Friday, June 29

Seth Godin: Resist Greed, Do Not Pander

Seth Godin has just posted an excellent article on pandering, or doing something simply for money. He writes:
Yes, you can pander, and if you're a public company and have promised an infinite growth curve, you may very well have to. But if you want to build a reputation that lasts, if you want to be the voice that some (not all!) in the market seek out, this is nothing but a trap, a test to see if you can resist short-term greed long enough to build something that matters.
Read the rest here: Do we have to pander?

I looked up "pander" in the dictionary and here's what I found:
verb: "Gratify or indulge (an immoral or distasteful desire, need, or habit or a person with such a desire, etc.)."

noun: A pimp.
It seems that it isn't so much the indulging that's distasteful, it's the desire, the want that is the reason for the indulgence. And so, because a certain desire is distastful the indulging of it is so as well.

I mention this because I think perhaps there's a difference between folks who do distasteful things because they want to have a place to live and food to eat--folks who are fighting just to get by--and folks who do it because ... well, you pick. Because they want more money than their neighbors, because they want to buy the neighborhood playground, pave it over, and turn it into a car park. Whatever.

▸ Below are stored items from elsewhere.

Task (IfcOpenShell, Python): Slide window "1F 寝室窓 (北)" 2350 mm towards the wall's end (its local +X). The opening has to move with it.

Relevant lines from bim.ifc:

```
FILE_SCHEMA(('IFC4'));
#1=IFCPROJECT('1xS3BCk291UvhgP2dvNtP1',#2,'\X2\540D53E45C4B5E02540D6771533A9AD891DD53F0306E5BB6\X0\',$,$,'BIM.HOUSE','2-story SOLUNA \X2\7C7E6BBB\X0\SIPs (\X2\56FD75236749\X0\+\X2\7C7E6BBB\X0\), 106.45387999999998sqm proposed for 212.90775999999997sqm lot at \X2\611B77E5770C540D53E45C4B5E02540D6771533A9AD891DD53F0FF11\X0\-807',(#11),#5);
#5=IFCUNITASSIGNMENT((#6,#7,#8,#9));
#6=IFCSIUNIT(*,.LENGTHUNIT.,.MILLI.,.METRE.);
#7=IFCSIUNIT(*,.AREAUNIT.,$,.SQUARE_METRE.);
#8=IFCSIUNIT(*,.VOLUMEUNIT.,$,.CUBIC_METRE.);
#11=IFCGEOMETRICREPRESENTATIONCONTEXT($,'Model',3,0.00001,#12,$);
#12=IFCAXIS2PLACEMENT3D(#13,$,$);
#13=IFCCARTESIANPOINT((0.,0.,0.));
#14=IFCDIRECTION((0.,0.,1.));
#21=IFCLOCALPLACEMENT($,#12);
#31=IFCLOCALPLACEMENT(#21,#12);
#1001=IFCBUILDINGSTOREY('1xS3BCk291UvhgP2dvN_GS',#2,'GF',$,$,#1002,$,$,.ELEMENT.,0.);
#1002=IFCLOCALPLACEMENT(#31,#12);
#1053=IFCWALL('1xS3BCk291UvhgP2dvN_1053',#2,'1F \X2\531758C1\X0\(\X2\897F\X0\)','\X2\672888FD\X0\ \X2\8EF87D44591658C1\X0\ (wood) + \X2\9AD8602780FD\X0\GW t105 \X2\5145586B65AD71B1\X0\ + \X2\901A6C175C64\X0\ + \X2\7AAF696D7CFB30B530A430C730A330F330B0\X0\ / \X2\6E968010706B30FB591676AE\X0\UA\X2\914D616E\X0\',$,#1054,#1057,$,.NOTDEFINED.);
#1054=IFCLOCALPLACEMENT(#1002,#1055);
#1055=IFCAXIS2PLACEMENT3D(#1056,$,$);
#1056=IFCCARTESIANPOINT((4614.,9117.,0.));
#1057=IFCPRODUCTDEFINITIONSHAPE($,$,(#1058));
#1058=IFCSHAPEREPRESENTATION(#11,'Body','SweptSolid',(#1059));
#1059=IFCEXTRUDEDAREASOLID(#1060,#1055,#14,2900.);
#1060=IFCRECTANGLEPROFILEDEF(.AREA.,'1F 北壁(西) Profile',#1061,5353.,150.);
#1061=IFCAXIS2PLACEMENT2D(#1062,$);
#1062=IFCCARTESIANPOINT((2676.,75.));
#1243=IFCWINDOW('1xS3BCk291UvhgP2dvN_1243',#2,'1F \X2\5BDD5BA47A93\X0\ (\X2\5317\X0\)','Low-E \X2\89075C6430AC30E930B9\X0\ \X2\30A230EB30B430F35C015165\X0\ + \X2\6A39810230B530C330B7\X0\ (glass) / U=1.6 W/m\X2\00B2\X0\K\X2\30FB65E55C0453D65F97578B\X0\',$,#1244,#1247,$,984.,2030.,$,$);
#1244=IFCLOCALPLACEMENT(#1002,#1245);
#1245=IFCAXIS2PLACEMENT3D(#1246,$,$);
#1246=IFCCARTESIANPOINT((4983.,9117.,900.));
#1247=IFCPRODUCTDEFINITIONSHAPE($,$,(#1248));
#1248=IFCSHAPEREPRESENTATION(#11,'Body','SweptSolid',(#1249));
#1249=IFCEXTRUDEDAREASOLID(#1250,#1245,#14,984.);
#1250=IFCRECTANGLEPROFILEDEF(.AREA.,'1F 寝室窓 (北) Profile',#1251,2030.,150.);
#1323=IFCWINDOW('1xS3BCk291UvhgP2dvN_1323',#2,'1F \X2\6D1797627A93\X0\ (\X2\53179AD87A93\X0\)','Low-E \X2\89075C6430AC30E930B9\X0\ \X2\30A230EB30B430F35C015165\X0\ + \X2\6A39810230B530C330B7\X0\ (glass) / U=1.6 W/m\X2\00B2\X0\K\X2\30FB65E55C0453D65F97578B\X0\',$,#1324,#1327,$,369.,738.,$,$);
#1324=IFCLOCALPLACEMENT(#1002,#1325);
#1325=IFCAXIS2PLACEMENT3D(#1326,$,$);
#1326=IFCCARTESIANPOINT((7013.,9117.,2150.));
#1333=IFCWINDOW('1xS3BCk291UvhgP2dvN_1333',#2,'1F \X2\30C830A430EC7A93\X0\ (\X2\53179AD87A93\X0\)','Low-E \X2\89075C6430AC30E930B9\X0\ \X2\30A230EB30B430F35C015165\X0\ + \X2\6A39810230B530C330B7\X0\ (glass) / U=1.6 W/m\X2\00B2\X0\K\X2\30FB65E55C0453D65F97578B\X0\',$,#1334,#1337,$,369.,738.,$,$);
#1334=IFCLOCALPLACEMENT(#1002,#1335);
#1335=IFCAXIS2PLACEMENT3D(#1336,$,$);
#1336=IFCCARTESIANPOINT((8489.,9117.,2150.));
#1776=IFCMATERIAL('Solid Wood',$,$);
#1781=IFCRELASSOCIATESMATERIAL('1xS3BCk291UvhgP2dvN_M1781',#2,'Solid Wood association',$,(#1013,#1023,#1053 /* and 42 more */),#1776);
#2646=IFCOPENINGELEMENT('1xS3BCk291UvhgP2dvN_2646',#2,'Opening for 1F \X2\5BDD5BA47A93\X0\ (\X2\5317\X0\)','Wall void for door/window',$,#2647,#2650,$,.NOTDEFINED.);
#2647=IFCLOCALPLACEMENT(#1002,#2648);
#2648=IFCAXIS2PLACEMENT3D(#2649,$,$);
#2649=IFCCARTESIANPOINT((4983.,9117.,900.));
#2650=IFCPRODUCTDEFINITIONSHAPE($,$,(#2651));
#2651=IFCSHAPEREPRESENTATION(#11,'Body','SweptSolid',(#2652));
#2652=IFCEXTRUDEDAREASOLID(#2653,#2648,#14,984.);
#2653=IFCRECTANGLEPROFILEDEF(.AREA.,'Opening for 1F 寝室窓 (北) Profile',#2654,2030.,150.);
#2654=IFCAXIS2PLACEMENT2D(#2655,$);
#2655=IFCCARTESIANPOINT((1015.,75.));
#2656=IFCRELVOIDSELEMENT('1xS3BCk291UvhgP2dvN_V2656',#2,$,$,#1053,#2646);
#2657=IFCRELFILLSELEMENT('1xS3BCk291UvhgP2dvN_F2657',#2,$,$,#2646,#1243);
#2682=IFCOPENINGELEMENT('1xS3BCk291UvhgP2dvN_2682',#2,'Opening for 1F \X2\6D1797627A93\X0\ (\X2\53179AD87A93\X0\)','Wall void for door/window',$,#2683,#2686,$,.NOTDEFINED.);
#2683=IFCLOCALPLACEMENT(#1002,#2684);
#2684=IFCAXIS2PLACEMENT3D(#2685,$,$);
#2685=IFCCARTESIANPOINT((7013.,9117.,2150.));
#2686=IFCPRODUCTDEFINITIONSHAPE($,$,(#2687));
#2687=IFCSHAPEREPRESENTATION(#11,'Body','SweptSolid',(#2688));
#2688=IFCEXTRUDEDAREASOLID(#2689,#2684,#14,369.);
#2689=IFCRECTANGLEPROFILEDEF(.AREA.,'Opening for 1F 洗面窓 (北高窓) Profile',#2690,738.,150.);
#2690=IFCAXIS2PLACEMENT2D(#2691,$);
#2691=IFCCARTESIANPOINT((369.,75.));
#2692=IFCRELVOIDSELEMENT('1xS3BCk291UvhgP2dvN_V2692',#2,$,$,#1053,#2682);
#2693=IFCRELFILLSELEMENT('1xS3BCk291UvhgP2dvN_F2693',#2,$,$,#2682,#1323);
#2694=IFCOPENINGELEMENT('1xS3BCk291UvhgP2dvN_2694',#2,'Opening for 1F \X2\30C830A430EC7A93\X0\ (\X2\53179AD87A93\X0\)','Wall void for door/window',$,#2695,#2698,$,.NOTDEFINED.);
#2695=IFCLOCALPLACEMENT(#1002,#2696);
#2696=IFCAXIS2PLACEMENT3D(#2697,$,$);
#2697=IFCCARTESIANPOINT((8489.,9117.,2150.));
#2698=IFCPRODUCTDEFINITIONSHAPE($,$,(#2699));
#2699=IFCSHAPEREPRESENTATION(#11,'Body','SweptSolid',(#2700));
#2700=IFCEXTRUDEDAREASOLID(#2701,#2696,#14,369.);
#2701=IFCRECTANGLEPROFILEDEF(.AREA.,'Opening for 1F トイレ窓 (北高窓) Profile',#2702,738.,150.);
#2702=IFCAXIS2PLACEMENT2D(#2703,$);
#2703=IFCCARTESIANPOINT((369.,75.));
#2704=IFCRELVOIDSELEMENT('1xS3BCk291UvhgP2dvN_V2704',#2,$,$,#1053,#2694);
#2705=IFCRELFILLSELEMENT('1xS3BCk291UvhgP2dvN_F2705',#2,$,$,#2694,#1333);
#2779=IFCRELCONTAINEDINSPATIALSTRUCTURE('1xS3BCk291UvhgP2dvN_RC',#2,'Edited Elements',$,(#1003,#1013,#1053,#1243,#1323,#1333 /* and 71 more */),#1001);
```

```python
import ifcopenshell
import ifcopenshell.api.geometry
import ifcopenshell.util.placement

model = ifcopenshell.open("bim.ifc")

window = model.by_guid("1xS3BCk291UvhgP2dvN_1243")
opening = window.FillsVoids[0].RelatingOpeningElement
wall = opening.VoidsElements[0].RelatingBuildingElement

wall_matrix = ifcopenshell.util.placement.get_local_placement(wall.ObjectPlacement)
shift = wall_matrix[:3, 0] * 2350.0
before = ifcopenshell.util.placement.get_local_placement(window.ObjectPlacement)[:3, 3].copy()

# The window is not placed relative to its opening, so move both.
for product in (opening, window):
    matrix = ifcopenshell.util.placement.get_local_placement(product.ObjectPlacement)
    matrix[:3, 3] += shift
    ifcopenshell.api.geometry.edit_object_placement(model, product=product, matrix=matrix, is_si=False)

after = ifcopenshell.util.placement.get_local_placement(window.ObjectPlacement)[:3, 3]
print("window moved by", (after - before).round(3) + 0.0)

model.write("bim_edited.ifc")
```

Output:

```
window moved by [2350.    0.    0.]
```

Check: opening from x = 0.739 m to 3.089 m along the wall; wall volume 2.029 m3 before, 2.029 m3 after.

Or is there a difference? Of course some ways of making money are beyond the pale, whatever the reason. Human trafficking for instance. But a person can work in a soul-killing job for years because they love their family and want to help provide for them. What should they do? Quit their job and put their family in jeopardy, trusting to the fates that something will intervene to avert disaster, or should they continue to chip away fragments of their soul in exchange for security?

What a cheery thought! I think I really do need my morning coffee now. 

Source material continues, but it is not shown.